When the well fails entirely, the accounting changes in a few ways. We depreciate the
entire well in year zero itself; that is, year zero depreciation equals well cost if it fails.
Secondly, if the well fails, the NPV is just the year zero cash flow.

CrystalBall settings:

Recommended settings for CrystalBall:
   1. Max. number of trials: 1000.
   2. Stop on Calculation errors: No. (Uncheck).
   3. Sampling method: Monte Carlo.
   4. Use same sequence of random numbers: Yes. (Check.) Seed = 1234.

With this information, you should be ready to answer the case questions below.

Case write-up:
The following are some questions to guide you in preparing your case summary. In
addition, a general analysis, recommendations and other original insights should be
included in your summary, and your grade will be based on both components. The total
length of your summary (excluding attachments such as your models and graphs) should
not exceed three pages.

   1. Compare the base case with the two alternative down-side scenarios: Total failure
      of the well, and success but all factors at their 1-in-100 worst level. Is the
      investment economically attractive?
   2. For this question, we ignore the possibility of the well failing.

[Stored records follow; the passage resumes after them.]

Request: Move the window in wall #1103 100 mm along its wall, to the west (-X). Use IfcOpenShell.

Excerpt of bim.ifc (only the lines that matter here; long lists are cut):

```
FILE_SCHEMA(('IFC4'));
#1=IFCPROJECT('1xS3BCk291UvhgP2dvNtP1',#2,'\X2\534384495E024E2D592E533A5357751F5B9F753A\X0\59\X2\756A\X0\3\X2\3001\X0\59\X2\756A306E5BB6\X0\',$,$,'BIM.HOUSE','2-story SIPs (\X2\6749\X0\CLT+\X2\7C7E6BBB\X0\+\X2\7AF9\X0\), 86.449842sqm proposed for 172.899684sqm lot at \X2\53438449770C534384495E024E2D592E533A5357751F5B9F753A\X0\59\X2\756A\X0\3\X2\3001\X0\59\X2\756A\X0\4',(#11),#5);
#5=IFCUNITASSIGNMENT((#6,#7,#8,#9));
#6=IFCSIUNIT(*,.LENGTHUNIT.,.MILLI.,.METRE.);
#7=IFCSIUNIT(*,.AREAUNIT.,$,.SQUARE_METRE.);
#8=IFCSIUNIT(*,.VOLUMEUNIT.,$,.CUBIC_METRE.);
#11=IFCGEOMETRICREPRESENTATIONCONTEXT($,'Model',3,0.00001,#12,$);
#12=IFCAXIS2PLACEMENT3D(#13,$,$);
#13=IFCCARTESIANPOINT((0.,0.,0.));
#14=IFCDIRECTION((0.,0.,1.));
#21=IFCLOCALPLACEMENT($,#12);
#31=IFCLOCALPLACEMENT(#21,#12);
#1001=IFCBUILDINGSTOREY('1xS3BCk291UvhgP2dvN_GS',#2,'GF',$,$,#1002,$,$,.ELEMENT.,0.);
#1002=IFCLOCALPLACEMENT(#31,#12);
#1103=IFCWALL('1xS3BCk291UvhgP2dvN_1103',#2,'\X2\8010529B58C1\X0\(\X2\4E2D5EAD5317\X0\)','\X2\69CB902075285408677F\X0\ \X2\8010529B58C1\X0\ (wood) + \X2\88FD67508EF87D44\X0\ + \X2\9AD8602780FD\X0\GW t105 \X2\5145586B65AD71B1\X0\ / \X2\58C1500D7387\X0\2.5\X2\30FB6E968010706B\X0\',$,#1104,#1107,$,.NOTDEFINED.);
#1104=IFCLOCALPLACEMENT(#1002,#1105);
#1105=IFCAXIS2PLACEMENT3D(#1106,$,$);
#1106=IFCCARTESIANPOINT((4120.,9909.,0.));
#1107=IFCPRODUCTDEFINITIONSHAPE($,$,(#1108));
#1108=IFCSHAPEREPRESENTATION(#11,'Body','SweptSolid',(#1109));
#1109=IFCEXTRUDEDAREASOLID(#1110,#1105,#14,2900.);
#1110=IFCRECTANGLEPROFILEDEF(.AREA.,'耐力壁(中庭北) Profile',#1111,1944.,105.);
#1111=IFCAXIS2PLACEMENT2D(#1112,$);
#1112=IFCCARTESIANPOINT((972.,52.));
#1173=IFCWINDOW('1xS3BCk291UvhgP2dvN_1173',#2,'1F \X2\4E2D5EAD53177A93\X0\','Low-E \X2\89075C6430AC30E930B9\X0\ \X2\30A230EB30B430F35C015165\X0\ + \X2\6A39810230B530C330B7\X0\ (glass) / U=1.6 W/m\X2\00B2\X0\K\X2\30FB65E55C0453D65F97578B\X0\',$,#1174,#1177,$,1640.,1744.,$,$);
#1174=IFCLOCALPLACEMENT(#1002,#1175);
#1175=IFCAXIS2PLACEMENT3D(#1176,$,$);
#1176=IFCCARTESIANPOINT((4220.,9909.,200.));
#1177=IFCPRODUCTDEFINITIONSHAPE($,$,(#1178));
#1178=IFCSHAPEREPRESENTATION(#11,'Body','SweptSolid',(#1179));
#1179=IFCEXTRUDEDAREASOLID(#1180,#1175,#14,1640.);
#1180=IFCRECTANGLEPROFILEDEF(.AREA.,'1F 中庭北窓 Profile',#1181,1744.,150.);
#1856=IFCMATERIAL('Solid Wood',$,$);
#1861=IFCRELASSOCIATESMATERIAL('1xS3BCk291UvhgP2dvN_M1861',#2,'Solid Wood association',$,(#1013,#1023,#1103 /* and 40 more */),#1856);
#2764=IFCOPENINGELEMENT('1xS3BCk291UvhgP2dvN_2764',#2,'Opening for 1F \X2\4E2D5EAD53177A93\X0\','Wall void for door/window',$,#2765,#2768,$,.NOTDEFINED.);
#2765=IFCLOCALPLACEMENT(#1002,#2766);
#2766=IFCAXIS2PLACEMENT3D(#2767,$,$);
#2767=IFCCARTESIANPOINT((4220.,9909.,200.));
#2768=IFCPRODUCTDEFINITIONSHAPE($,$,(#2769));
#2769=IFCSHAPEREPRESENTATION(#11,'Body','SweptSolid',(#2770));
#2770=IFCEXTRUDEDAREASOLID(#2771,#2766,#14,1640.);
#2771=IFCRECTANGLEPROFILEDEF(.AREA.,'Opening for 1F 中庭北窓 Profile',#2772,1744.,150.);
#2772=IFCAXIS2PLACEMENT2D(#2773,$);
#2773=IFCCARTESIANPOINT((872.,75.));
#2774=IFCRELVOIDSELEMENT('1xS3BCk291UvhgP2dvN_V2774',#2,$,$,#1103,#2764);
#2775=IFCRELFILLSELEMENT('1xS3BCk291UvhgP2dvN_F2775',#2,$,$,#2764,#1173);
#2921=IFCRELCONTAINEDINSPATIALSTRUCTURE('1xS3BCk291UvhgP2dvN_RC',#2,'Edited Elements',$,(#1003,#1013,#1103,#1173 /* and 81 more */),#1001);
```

```python
import ifcopenshell
import ifcopenshell.api.geometry
import ifcopenshell.util.placement

model = ifcopenshell.open("bim.ifc")

window = model.by_guid("1xS3BCk291UvhgP2dvN_1173")
opening = window.FillsVoids[0].RelatingOpeningElement
wall = opening.VoidsElements[0].RelatingBuildingElement

wall_matrix = ifcopenshell.util.placement.get_local_placement(wall.ObjectPlacement)
shift = wall_matrix[:3, 0] * -100.0
before = ifcopenshell.util.placement.get_local_placement(window.ObjectPlacement)[:3, 3].copy()

# The window is not placed relative to its opening, so move both.
for product in (opening, window):
    matrix = ifcopenshell.util.placement.get_local_placement(product.ObjectPlacement)
    matrix[:3, 3] += shift
    ifcopenshell.api.geometry.edit_object_placement(model, product=product, matrix=matrix, is_si=False)

after = ifcopenshell.util.placement.get_local_placement(window.ObjectPlacement)[:3, 3]
print("window moved by", (after - before).round(3) + 0.0)

model.write("bim-out.ifc")
```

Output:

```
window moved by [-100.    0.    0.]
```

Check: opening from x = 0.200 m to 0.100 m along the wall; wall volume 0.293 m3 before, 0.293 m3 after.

Run a simulation to
      see what the probabilities are of meeting the three targets: Payback in 42 months
      or less, at least 25% cash flow IRR, and at least 15% PBT IRR. Based on these
      probabilities, is the investment viable?
   3. We now incorporate a 10% probability that the well fails, and look at NPV for the
      analysis. What is the average NPV? Assuming that the well succeeds, what is the
      lowest expected NPV? Is the investment viable?